Amoo Bahram


Comme tout le monde pouvait s’en douter ou peut être comme personne n’aurait pu le concevoir, Amoo Bahram a mis cinq étages entre lui et nous. Si je l’écrit aussi crûment, c’est parce qu’il a fait quelque chose de cruel pour nous et certainement pour vous qui avez pris la peine de lire ces hommages. Parce que Amoo nous a laissé et on l’aimait. Je pense que ça devait être nécessaire s’il l’a fait, il l’a fait.
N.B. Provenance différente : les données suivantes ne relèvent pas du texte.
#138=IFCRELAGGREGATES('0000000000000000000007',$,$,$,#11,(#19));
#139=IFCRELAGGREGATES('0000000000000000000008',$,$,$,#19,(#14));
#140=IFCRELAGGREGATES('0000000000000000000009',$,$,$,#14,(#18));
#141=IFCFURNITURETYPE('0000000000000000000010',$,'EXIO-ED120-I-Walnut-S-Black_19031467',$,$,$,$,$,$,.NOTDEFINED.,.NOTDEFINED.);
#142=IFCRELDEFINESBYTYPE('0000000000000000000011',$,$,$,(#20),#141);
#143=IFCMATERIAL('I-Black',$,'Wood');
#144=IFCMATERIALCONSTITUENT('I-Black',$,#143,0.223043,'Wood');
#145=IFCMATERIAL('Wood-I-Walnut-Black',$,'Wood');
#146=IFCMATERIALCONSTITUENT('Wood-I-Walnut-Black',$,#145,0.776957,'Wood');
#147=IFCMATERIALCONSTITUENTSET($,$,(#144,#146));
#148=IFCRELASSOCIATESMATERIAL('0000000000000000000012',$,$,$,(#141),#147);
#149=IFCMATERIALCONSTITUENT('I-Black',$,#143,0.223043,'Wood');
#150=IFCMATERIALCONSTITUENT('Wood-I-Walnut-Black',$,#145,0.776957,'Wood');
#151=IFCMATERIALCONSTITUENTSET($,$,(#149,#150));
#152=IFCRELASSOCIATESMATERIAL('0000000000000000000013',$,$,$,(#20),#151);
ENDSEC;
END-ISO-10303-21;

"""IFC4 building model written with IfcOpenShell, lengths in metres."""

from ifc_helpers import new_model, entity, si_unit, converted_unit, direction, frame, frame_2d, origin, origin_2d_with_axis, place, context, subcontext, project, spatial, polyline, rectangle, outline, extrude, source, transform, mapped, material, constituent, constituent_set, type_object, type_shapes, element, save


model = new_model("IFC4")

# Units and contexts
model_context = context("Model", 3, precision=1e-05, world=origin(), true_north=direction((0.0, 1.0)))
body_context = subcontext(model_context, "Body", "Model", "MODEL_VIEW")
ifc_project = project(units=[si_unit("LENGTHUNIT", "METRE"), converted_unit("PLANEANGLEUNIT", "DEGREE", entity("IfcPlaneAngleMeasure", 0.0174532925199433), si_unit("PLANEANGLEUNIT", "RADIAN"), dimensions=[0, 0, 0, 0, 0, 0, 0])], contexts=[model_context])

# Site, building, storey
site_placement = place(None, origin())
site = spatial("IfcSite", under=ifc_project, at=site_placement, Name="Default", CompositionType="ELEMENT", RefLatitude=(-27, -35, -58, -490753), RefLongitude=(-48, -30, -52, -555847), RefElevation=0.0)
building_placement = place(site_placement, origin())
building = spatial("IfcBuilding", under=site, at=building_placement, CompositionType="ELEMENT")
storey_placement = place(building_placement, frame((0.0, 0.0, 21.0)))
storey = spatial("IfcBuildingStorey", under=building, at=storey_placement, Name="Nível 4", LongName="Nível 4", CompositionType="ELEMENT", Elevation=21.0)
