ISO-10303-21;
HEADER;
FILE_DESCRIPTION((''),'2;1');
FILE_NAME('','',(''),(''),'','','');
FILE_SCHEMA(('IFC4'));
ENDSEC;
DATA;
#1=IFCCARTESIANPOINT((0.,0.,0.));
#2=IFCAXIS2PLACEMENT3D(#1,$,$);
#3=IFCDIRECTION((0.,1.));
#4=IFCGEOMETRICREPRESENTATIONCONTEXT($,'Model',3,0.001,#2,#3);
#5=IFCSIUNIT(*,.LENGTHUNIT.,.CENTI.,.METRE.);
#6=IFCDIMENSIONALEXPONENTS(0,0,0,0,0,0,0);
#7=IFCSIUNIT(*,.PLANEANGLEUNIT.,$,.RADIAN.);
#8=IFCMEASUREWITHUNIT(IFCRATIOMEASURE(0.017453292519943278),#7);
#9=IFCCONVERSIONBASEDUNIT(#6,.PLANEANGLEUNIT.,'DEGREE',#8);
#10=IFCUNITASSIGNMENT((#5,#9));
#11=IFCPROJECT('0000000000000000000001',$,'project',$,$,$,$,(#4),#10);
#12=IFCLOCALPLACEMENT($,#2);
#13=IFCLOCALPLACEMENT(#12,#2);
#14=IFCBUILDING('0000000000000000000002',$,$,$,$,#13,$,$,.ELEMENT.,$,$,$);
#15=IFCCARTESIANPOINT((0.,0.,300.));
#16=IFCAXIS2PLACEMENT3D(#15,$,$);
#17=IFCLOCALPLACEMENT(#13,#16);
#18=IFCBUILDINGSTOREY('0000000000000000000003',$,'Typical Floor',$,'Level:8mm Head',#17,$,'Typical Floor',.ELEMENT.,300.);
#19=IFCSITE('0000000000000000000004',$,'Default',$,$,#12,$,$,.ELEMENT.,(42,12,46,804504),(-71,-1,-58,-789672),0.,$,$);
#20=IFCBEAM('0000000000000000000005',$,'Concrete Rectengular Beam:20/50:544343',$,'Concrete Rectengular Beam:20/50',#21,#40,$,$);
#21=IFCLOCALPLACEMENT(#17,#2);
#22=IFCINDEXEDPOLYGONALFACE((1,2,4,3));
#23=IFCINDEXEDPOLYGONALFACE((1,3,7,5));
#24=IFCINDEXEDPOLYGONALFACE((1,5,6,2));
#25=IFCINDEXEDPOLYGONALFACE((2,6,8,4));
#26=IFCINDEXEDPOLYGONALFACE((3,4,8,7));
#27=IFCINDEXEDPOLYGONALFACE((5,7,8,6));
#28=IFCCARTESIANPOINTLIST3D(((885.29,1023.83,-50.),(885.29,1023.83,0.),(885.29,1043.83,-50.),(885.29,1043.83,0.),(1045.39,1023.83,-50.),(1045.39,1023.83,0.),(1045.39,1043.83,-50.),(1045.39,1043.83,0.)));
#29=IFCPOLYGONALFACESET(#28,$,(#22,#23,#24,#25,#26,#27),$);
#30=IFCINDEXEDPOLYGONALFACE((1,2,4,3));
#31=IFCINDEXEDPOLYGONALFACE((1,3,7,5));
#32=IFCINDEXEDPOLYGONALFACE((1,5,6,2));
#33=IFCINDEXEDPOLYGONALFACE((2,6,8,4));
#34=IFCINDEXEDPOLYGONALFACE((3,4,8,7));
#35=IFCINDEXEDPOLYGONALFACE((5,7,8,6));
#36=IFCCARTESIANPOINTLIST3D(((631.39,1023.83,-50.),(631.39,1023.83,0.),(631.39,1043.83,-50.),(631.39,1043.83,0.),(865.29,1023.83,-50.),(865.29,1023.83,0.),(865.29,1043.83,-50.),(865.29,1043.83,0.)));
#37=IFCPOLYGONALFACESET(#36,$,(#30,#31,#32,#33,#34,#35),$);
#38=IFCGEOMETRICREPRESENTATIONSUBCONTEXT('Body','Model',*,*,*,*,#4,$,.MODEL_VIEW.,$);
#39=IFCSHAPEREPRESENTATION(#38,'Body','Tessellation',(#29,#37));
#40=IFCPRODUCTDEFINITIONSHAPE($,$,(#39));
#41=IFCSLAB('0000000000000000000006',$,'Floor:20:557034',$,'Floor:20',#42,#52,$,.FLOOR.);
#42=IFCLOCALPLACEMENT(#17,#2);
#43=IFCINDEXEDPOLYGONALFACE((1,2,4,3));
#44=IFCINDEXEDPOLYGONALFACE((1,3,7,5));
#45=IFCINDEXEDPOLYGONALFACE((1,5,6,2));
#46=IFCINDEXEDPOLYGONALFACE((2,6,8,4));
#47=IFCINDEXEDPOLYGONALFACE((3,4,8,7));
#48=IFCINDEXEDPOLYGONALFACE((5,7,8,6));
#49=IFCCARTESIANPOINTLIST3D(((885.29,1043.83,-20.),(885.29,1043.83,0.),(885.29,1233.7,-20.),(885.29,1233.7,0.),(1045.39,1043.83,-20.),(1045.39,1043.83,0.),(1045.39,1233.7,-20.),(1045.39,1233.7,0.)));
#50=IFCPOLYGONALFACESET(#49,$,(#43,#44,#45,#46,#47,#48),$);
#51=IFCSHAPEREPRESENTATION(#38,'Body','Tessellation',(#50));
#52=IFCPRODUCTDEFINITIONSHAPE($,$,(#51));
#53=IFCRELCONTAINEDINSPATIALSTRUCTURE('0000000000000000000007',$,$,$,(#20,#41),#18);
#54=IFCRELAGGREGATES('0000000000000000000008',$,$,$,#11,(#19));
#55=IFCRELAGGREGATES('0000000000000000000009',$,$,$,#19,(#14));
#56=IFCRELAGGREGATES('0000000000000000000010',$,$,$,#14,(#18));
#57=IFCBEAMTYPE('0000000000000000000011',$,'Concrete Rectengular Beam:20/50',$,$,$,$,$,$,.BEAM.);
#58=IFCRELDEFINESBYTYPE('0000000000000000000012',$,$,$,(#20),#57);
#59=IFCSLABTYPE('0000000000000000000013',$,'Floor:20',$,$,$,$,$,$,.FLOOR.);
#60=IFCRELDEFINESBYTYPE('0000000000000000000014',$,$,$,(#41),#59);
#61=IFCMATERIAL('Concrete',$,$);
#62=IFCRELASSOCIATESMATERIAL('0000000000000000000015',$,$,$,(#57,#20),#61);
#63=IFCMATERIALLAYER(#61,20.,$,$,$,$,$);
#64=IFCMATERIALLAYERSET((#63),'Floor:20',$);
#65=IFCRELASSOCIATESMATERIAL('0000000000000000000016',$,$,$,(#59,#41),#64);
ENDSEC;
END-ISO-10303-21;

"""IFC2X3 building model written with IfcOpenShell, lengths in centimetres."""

from ifc_helpers import new_model, entity, si_unit, converted_unit, direction, frame, frame_2d, origin, place, context, subcontext, project, spatial, rectangle, extrude, source, transform, mapped, material, layer, layer_set, layer_usage, type_object, type_shapes, element, save


model = new_model("IFC2X3")

# Units and contexts
model_context = context("Model", 3, precision=0.001, world=origin(), true_north=direction((0.0, 1.0)))
body_context = subcontext(model_context, "Body", "Model", "MODEL_VIEW")
ifc_project = project(units=[si_unit("LENGTHUNIT", "METRE", prefix="CENTI"), converted_unit("PLANEANGLEUNIT", "DEGREE", entity("IfcRatioMeasure", 0.017453292519943278), si_unit("PLANEANGLEUNIT", "RADIAN"), dimensions=[0, 0, 0, 0, 0, 0, 0])], contexts=[model_context])

# Site, building, storey
site_placement = place(None, origin())
site = spatial("IfcSite", under=ifc_project, at=site_placement, Name="Default", CompositionType="ELEMENT", RefLatitude=(42, 12, 46, 804504), RefLongitude=(-71, -1, -58, -789672), RefElevation=0.0)
building_placement = place(site_placement, origin())
building = spatial("IfcBuilding", under=site, at=building_placement, CompositionType="ELEMENT")
storey_placement = place(building_placement, frame((0.0, 0.0, 300.0)))
storey = spatial("IfcBuildingStorey", under=building, at=storey_placement, Name="Typical Floor", ObjectType="Level:8mm Head", LongName="Typical Floor", CompositionType="ELEMENT", Elevation=300.0)

# Beam
ifc_material = material(Name="Concrete")
beam_type_1 = type_object("IfcBeamType", Name="Concrete Rectengular Beam:20/50", PredefinedType="BEAM", material=ifc_material)
shared_shape = source(origin(), body_context, "Body", "SweptSolid", [
    extrude(rectangle(XDim=50.0, YDim=20.0, at=frame_2d((0.0, 0.0), x_axis=(1.0, 0.0))), frame((1045.39, 1033.83, 275.0), z_axis=(-1.0, 0.0, 0.0), x_axis=(0.0, 0.0, -1.0)), (0.0, 0.0, 1.0), 160.1),
    extrude(rectangle(XDim=50.0, YDim=20.0, at=frame_2d((0.0, 0.0), x_axis=(1.0, 0.0))), frame((865.29, 1033.83, 275.0), z_axis=(-1.0, 0.0, 0.0), x_axis=(0.0, 0.0, -1.0)), (0.0, 0.0, 1.0), 233.9),
])
type_shapes(beam_type_1, [shared_shape])
beam_1_placement = place(storey_placement, frame((0.0, 0.0, -300.0)))
element("IfcBeam", 1, at=beam_1_placement, inside=storey, type_object=beam_type_1, material=ifc_material, Name="Concrete Rectengular Beam:20/50:544343", ObjectType="Concrete Rectengular Beam:20/50", context=body_context, shape_type="MappedRepresentation", body=[
    mapped(shared_shape, transform((0.0, 0.0, 0.0), scale=1.0)),
])

# Slab
ifc_layer = layer(ifc_material, 20.0)
ifc_layer_set = layer_set([ifc_layer], Name="Floor:20")
ifc_layer_usage_1 = layer_usage(ifc_layer_set, "AXIS3", "POSITIVE", 0.0)
slab_type_1 = type_object("IfcSlabType", Name="Floor:20", PredefinedType="FLOOR", material=ifc_layer_set)
slab_1_placement = place(storey_placement, origin())
element("IfcSlab", 2, at=slab_1_placement, inside=storey, type_object=slab_type_1, material=ifc_layer_usage_1, Name="Floor:20:557034", ObjectType="Floor:20", PredefinedType="FLOOR", context=body_context, shape_type="SweptSolid", body=[
    extrude(rectangle(XDim=189.88, YDim=160.1, at=frame_2d((0.0, 0.0), x_axis=(1.0, 0.0))), frame((965.34, 1138.76, 0.0), z_axis=(0.0, 0.0, -1.0), x_axis=(0.0, 1.0, 0.0)), (0.0, 0.0, 1.0), 20.0),
])

save(model, "model.ifc")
Ma dernière discussion avec Amoo, c’était vers le 2 janvier, je l’invitais à déjeuner chez moi, et puis le ton est monté, surtout de mon côté, je lui disais que les amis avaient le droit de donner leur avis et même de contredire. Et sur ça, il n’était pas d’accord. Pour lui, un ami devait écouter sans jamais rien dire, sans rien reprocher. Je ne pouvais pas lui dire qu’il avait raison puisque je n’étais pas d’accord. Il avait droit de ne pas être d’accord mais moi non ? Il ne voulait pas que je ne sois pas d’accord. Moi « lo rebelle », comme il disait avec son éternel accent ! Cette fois notre conversation s’est terminée dans un cul de sac. Ce jour là, dès qu’il décrocha et que je l’entendis, je compris que toute la souffrance de son corps, toute la douleur de son âme avaient finies par être matérialisées dans ses cordes vocales brisées. Alors il me parla de suicide et ma colère commençait à monter. Ce n’est qu’après que je compris.
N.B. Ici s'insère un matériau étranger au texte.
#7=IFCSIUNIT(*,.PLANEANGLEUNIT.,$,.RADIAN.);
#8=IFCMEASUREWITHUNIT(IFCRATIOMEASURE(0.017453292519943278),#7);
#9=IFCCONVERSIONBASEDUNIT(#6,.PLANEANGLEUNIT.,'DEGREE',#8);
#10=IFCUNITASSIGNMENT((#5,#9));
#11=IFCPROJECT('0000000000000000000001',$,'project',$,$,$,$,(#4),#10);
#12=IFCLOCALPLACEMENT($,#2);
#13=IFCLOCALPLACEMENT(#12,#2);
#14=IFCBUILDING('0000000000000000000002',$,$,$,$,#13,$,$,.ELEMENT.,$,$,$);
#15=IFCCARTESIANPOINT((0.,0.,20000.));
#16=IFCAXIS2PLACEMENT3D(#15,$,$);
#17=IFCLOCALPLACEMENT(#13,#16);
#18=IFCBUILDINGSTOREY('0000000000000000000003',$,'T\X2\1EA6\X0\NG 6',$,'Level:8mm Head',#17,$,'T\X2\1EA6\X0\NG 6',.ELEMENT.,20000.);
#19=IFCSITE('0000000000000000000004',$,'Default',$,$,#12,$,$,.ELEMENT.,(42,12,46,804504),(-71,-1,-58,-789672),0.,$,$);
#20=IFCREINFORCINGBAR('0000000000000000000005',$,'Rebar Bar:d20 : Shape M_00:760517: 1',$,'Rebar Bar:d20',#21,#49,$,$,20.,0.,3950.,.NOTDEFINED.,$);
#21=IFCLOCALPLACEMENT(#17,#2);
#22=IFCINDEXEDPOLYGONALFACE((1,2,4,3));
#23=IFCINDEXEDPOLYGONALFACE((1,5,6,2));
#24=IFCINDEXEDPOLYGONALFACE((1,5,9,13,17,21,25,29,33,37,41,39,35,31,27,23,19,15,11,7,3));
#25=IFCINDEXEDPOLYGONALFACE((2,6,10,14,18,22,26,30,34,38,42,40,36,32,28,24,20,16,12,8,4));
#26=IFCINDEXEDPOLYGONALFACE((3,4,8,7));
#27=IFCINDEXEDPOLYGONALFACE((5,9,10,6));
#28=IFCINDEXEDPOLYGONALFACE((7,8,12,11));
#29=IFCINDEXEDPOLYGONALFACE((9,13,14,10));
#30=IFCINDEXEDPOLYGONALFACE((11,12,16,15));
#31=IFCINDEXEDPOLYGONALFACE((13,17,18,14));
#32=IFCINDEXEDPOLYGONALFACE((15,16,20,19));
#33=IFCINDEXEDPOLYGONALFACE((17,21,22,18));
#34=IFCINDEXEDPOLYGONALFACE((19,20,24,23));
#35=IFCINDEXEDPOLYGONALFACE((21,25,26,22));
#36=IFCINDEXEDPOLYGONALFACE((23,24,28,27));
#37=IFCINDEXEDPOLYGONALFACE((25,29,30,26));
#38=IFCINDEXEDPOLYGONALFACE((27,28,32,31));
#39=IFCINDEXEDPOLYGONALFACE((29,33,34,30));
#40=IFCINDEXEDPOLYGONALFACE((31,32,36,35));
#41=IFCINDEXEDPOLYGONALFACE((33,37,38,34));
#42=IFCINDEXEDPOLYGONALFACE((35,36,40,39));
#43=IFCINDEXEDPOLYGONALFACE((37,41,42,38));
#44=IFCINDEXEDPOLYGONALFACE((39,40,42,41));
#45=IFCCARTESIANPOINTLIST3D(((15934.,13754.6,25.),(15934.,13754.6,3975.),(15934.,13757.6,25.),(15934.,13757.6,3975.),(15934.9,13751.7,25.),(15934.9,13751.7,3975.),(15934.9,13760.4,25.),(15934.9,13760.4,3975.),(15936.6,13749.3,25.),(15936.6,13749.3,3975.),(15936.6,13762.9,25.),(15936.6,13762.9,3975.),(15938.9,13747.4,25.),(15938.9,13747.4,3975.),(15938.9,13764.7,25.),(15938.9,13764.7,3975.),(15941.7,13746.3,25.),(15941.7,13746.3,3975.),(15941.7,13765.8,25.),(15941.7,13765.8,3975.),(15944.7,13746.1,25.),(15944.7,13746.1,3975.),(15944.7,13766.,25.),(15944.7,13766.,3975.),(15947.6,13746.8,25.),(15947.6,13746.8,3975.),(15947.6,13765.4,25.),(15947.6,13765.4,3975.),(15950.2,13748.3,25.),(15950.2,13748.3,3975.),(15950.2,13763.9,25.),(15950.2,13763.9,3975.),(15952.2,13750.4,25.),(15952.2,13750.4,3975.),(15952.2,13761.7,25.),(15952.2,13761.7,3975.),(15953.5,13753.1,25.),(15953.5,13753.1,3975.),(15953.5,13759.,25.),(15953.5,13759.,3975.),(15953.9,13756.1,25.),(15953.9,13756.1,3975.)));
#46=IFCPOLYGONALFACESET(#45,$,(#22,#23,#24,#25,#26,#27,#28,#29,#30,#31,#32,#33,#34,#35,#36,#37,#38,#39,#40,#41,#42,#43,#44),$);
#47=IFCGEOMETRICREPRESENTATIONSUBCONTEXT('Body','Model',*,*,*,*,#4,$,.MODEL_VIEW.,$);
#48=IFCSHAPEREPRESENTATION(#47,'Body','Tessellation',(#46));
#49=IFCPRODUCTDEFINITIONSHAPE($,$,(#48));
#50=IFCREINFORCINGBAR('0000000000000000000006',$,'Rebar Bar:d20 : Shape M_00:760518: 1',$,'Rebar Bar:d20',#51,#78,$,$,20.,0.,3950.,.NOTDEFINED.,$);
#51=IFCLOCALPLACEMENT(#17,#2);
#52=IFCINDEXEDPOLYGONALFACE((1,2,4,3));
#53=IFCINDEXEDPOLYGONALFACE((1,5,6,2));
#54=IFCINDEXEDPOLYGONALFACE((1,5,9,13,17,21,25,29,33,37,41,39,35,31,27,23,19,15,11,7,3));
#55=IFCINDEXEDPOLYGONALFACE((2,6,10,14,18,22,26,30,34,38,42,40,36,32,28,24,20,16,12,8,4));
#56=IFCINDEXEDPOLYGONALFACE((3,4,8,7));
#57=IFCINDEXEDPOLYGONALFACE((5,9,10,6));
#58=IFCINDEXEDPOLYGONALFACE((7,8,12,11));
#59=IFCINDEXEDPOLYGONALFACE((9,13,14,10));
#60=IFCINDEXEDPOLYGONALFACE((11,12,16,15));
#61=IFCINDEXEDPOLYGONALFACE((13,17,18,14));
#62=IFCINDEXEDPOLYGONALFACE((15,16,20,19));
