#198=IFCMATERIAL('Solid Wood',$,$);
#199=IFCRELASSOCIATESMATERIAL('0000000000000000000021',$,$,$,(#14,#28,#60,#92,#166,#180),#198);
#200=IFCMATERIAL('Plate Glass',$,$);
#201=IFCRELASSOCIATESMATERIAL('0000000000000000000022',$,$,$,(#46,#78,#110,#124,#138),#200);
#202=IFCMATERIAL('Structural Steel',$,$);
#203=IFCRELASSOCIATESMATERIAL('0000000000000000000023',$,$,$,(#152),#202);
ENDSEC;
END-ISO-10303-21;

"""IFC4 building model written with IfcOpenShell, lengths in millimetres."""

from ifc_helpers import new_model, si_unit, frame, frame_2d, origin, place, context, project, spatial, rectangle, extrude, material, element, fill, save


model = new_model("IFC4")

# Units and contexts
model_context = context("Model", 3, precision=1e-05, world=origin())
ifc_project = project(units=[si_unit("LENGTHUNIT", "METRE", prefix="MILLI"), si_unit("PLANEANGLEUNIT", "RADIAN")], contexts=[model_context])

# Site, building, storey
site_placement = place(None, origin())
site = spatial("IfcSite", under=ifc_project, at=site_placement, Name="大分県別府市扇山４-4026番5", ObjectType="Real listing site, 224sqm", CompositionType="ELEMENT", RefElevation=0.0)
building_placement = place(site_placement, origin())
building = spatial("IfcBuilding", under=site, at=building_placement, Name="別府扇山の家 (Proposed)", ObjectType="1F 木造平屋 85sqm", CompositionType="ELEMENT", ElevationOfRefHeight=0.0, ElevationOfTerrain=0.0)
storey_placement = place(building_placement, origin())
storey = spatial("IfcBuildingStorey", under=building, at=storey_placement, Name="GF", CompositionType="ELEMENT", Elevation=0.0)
Non il n’est pas fou. Non.
Celui qui dit cela n’a jamais connu la détresse d’un rêve inaccessible.
Celui qui pense cela ne s’est jamais retrouvé nu devant l’absurdité de sa vie.
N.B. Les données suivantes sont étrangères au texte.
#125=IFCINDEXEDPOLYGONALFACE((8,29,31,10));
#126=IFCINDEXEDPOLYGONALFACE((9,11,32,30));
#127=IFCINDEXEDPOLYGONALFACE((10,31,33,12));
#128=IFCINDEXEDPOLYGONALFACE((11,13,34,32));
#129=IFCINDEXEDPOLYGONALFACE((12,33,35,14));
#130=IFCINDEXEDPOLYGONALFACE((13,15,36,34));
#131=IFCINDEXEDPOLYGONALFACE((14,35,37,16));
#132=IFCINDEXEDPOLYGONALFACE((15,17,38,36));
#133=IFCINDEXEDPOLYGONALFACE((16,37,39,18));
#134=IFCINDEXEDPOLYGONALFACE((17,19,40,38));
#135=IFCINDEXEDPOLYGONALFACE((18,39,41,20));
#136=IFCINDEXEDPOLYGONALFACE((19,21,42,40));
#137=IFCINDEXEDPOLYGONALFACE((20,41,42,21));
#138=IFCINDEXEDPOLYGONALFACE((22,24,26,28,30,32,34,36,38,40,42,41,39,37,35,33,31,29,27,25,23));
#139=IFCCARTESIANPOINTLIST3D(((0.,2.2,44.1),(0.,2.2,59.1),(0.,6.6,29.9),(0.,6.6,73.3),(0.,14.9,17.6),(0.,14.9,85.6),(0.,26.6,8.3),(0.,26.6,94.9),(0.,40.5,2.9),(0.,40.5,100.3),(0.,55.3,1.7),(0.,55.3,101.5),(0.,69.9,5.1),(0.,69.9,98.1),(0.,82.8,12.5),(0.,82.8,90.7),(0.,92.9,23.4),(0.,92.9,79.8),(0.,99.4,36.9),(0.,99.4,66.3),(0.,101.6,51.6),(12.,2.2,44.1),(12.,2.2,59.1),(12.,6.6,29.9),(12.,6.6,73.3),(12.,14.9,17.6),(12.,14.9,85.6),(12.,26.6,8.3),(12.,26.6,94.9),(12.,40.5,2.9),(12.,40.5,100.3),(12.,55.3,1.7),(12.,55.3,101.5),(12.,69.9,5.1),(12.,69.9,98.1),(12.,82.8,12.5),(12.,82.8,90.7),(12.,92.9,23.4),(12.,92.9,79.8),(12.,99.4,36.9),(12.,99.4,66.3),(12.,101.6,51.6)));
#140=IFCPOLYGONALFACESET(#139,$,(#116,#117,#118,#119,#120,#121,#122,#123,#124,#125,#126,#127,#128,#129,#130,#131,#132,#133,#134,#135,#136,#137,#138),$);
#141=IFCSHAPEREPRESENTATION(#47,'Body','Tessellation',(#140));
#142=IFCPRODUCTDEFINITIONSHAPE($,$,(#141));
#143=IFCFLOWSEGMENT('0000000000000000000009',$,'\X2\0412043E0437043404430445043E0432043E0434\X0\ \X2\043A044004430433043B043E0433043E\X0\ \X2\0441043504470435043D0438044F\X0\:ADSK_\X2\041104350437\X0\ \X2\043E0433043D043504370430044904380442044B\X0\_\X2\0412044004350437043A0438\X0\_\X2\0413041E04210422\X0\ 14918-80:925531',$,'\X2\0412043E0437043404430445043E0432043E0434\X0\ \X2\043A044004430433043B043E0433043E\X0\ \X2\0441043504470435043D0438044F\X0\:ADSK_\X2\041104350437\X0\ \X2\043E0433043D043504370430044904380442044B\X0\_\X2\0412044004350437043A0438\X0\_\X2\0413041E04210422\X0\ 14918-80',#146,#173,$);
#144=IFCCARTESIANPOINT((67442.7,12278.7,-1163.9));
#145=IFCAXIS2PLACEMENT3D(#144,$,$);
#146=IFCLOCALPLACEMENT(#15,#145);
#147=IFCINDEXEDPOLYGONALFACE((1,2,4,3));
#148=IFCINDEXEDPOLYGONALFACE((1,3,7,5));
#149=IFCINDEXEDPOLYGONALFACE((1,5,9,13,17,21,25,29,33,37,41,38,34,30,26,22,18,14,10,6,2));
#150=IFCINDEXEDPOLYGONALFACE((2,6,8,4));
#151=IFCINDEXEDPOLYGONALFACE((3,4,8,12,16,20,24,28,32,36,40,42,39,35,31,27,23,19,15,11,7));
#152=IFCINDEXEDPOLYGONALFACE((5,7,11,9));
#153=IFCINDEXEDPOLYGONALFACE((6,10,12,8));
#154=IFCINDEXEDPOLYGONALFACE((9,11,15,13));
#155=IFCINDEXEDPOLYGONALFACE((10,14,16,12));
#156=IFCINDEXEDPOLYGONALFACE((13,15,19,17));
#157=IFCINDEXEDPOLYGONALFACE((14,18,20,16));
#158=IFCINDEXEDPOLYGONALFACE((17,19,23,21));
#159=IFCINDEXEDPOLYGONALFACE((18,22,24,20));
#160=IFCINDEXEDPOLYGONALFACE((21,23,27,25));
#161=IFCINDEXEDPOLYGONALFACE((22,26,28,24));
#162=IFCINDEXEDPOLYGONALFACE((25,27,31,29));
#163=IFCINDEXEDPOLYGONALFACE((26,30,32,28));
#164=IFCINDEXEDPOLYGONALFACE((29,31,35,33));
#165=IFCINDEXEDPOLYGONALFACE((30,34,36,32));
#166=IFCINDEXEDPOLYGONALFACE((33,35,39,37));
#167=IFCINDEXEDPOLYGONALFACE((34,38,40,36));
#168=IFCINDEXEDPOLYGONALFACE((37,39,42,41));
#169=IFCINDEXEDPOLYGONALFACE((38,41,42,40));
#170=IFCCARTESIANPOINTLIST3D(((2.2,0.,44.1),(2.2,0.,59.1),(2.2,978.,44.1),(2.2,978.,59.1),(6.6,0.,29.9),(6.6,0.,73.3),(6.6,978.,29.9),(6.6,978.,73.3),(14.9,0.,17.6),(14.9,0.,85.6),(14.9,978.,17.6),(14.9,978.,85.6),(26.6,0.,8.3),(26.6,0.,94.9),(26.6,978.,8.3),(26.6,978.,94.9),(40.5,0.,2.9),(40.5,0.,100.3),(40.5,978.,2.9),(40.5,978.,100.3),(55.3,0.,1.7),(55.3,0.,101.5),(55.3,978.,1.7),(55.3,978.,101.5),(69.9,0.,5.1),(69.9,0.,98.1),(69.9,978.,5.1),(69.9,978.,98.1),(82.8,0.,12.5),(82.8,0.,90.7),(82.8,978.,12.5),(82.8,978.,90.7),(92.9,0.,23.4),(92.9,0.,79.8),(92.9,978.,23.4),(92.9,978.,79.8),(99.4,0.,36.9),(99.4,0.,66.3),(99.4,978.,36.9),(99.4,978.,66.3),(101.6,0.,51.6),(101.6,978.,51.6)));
Amoo n’était pas entré dans un cycle « normal » de vie, il n’avait pas de femme ni d’enfant. Il n’avait peut être pas vu l’intérêt que avez tous trouvé à vous marier. Il n’avait plus ces œillères que la vie vous a données, celles qui vous empêchent de voir qu’on est là pour rien.
Il n’avait pas la prétention de supporter voir sa vie tourner en rond. Il avait envie d’en faire quelque chose de grand. Il n’avait pas investi ses revenus dans un grand appartement. Il avait investi sa vie dans la lutte du lilliputien contre le géant. Mais il était seul à se battre. Même si certain l’on soutenu, il était face à lui-même dans cette lutte. Il n’avait pas fait un choix de vie commun, et le sens commun l’a traité de fou.
Quand il a compris que cette lutte ne pouvait continuer parce que, la retraite approchant, ses revenus ne pourraient plus financer son « dossier ». Il a compris que s’il n’avait plus cette lueur d’espoir qui l’avait guidée tant d’années, sa vie allait devenir absurde. Lorsque sa vie allait commencer à s’arrêter, il a préféré mettre fin à son rêve. Il nous a laissé avec un vide.

Je veux l’entendre parler du Louvre et des injustices du monde entier, juste pour l’entendre encore.
J’aimerais lui parler même si c’est pour m’énerver, juste pour lui parler encore.

Je voulais parler du rôle qu’il a joué dans ma vie. Mis à part le fait qu’il était présent dans ma vie depuis mon enfance et qu’il ait été là à chaque moment important de mon parcourt, ce professeur des Beaux Arts est l’une des personnes qui m’a poussé dans les disciplines artistiques, il m’emmenait au musée pour dessiner et surtout il a fait naître en moi l’envie de sculpter.

Dans la dernière lettre que je lui ai écrit je lui souhaitais une bonne année, je pense qu’il commence enfin à en percevoir la saveur, mais il va me manquer, il va te manquer.